- [EXERCISE DIRECTIONS]: List each line of the data in which the string "Unnamed" appears.

- [SOURCE MATERIAL]:

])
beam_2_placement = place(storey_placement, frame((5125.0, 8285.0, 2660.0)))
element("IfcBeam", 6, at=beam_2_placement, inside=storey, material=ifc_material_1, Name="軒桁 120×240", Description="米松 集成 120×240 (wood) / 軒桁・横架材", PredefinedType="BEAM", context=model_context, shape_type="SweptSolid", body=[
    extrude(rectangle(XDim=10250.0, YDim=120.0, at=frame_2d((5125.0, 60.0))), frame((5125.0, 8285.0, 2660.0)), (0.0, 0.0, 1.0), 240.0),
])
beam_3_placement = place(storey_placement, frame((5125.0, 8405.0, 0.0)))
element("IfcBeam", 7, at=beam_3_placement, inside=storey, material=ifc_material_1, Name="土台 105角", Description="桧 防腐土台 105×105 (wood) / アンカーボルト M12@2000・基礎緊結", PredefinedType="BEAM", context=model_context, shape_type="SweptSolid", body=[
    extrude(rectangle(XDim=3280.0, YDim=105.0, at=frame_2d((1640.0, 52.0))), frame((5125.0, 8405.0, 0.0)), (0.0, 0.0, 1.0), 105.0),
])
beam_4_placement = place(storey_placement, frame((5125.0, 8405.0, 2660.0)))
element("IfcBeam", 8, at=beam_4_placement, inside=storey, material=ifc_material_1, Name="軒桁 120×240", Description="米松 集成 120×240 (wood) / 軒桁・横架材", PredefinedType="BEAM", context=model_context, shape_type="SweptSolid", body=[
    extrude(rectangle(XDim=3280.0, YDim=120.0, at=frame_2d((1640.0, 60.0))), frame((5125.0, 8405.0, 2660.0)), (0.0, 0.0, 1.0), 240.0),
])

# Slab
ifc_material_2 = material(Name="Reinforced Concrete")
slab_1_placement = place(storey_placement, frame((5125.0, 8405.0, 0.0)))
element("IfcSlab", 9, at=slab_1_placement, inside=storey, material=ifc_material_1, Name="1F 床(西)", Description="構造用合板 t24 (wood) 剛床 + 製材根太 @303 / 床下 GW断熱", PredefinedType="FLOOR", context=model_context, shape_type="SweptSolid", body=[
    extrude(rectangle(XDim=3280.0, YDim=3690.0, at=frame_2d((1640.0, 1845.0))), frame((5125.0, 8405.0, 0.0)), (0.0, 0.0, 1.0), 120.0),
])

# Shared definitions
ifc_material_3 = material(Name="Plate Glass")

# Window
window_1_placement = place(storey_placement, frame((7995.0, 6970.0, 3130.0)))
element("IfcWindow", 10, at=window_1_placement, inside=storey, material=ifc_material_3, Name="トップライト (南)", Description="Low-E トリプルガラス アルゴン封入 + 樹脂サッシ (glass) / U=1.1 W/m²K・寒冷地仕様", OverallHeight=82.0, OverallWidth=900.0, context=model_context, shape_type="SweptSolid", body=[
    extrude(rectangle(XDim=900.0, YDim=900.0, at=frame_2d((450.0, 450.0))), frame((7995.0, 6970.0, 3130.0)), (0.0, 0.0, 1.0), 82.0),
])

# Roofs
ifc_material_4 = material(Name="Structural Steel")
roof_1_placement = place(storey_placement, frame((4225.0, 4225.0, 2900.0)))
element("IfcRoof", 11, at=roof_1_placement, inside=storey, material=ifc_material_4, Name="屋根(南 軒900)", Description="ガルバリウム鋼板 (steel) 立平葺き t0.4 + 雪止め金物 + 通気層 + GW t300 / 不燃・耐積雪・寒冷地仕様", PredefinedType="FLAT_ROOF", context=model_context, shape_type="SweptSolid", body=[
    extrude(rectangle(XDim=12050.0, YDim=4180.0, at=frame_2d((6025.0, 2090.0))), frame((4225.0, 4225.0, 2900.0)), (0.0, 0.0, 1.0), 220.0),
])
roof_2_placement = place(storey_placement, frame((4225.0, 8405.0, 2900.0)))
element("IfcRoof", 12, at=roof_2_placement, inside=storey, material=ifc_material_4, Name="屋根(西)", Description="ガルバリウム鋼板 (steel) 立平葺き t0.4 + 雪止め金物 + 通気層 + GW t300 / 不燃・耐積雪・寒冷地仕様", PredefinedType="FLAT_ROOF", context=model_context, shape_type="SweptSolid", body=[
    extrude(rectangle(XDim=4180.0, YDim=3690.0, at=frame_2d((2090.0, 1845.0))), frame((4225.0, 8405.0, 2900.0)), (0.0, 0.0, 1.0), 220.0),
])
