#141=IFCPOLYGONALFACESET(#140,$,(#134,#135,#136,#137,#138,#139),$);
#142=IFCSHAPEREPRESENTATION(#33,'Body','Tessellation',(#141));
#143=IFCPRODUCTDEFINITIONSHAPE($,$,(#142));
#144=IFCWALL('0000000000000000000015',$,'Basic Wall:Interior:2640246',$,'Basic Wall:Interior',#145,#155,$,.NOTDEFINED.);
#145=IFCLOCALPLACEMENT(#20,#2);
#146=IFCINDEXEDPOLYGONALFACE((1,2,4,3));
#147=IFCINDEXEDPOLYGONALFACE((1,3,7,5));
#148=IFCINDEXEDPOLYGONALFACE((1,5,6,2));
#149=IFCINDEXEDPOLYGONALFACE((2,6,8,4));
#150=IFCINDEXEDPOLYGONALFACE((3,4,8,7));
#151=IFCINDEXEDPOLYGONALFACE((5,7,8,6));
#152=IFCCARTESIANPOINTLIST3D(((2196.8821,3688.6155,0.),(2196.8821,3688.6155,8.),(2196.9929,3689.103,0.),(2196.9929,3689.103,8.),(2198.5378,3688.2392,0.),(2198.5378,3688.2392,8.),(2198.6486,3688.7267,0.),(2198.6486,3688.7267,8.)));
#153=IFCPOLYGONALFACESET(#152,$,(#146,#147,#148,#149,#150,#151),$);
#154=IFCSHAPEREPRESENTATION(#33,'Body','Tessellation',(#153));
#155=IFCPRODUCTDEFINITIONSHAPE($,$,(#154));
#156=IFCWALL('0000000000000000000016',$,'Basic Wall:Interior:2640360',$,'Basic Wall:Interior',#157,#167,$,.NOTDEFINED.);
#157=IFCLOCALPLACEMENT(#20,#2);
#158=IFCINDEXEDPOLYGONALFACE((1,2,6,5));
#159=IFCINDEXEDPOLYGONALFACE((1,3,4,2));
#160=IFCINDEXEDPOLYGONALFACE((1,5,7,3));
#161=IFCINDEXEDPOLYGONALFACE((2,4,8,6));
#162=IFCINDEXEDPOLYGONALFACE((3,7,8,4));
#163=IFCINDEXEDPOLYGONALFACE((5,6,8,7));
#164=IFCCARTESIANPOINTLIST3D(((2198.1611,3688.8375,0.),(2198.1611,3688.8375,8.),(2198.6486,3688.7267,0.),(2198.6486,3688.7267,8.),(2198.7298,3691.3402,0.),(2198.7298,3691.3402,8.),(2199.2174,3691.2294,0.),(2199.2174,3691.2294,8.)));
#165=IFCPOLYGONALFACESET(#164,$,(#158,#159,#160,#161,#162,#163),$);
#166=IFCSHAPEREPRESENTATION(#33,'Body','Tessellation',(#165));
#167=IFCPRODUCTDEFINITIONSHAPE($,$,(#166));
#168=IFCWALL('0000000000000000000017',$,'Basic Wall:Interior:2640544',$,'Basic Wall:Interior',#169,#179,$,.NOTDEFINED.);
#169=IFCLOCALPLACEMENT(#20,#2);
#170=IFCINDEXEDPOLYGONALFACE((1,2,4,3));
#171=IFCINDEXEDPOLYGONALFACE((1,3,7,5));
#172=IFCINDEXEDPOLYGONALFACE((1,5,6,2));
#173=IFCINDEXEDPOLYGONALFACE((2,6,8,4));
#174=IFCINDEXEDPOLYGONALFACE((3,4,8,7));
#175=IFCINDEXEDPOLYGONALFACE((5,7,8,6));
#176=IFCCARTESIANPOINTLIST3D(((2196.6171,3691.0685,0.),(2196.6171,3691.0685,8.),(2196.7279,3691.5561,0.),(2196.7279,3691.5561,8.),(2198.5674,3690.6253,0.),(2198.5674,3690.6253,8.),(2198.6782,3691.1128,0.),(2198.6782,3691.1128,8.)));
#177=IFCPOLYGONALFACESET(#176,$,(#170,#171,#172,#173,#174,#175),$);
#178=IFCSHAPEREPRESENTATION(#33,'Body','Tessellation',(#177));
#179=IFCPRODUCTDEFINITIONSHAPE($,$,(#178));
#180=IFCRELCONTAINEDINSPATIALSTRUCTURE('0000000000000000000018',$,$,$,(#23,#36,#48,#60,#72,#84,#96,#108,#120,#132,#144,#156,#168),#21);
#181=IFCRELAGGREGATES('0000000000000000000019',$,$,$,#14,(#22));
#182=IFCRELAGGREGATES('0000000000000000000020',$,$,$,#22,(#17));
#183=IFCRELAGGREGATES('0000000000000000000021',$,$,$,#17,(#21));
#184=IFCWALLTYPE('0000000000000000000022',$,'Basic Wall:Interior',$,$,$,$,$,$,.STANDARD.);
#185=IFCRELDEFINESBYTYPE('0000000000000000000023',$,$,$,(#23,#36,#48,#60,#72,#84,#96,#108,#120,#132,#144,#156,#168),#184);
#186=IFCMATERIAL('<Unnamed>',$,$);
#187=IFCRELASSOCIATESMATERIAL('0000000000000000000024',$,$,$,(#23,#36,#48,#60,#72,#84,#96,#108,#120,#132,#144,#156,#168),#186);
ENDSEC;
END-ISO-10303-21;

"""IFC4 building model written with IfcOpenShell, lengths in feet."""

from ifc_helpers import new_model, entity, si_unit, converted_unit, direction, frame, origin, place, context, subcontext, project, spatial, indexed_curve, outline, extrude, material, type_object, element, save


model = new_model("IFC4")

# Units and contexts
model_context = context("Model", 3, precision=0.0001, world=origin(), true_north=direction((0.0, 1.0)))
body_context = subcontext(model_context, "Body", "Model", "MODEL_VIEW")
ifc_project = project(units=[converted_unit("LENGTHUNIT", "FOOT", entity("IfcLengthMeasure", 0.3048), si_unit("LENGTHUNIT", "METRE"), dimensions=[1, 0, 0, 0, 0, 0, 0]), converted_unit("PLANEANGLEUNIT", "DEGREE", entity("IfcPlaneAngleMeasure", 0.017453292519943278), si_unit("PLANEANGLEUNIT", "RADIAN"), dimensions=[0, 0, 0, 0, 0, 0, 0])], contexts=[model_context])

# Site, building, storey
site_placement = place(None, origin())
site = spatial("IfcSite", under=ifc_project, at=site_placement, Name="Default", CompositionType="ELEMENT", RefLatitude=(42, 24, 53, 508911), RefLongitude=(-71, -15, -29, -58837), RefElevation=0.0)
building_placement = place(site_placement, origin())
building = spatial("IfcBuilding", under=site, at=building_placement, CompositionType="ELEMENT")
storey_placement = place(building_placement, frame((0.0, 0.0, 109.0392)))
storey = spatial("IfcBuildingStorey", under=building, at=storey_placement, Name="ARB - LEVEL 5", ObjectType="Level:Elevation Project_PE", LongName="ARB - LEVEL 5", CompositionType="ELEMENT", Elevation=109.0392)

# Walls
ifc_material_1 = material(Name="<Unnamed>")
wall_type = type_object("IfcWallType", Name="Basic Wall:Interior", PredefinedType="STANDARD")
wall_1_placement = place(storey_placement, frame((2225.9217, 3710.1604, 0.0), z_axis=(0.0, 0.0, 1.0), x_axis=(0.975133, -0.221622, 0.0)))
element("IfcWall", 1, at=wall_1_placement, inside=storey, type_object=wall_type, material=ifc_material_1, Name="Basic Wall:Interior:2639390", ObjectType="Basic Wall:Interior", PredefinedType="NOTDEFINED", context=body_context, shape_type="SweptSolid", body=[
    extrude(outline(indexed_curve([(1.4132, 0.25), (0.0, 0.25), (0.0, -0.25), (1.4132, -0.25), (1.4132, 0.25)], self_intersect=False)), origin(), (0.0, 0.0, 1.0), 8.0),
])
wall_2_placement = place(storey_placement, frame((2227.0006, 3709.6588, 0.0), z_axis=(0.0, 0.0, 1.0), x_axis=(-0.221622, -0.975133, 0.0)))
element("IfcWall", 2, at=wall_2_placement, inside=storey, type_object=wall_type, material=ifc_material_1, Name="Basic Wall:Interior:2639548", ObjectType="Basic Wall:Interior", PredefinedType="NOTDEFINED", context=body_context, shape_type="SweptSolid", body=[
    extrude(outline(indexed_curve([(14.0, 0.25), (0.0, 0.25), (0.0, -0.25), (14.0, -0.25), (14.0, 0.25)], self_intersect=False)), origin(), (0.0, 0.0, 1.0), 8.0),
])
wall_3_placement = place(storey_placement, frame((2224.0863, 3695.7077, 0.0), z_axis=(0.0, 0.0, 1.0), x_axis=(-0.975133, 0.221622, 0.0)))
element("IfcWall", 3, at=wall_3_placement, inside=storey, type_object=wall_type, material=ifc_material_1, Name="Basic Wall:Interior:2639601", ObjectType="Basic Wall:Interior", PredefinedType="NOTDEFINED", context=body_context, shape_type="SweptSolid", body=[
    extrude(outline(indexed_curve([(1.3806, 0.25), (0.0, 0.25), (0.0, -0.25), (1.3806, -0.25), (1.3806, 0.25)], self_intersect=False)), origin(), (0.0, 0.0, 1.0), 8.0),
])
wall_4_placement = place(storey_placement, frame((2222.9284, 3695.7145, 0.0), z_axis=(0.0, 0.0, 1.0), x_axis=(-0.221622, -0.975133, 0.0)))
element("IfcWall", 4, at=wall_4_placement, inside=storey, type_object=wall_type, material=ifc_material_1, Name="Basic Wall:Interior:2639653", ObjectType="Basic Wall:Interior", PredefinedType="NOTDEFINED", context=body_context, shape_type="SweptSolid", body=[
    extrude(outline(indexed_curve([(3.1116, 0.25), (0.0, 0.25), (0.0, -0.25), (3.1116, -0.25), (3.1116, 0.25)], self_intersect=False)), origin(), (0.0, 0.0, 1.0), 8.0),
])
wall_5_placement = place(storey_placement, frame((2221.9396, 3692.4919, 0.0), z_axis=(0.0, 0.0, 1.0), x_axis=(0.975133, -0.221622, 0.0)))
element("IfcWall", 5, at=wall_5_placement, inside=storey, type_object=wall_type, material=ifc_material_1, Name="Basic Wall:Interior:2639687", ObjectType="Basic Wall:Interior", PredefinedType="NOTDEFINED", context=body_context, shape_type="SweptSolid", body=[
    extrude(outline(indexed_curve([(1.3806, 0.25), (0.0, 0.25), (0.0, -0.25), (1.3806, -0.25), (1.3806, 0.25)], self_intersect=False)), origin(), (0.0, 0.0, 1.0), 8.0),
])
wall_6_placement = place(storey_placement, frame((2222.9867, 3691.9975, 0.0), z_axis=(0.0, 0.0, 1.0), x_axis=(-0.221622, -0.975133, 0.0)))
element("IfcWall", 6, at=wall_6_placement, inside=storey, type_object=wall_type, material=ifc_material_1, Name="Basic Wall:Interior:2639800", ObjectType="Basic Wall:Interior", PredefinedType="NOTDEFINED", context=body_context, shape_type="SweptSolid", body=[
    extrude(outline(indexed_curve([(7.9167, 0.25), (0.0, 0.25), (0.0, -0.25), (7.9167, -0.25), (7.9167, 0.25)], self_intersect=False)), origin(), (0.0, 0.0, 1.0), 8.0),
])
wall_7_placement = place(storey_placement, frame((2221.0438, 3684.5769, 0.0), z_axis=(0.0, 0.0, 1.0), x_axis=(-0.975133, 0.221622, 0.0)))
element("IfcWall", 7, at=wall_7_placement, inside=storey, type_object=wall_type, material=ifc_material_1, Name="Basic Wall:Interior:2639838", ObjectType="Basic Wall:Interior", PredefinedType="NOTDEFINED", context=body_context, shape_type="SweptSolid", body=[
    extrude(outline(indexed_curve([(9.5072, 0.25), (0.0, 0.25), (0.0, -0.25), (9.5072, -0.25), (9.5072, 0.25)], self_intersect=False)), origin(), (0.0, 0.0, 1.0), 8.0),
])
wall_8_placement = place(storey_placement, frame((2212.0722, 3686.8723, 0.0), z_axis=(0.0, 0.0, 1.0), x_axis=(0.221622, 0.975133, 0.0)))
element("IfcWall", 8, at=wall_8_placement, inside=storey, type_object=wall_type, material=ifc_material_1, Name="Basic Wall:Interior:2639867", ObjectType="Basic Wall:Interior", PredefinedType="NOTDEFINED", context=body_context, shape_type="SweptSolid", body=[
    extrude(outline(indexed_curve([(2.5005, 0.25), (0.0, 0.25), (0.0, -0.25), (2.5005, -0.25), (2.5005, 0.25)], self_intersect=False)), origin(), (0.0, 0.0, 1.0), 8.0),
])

- [REPLY TO THE EXERCISE]:
#186=IFCMATERIAL('<Unnamed>',$,$);
ifc_material_1 = material(Name="<Unnamed>")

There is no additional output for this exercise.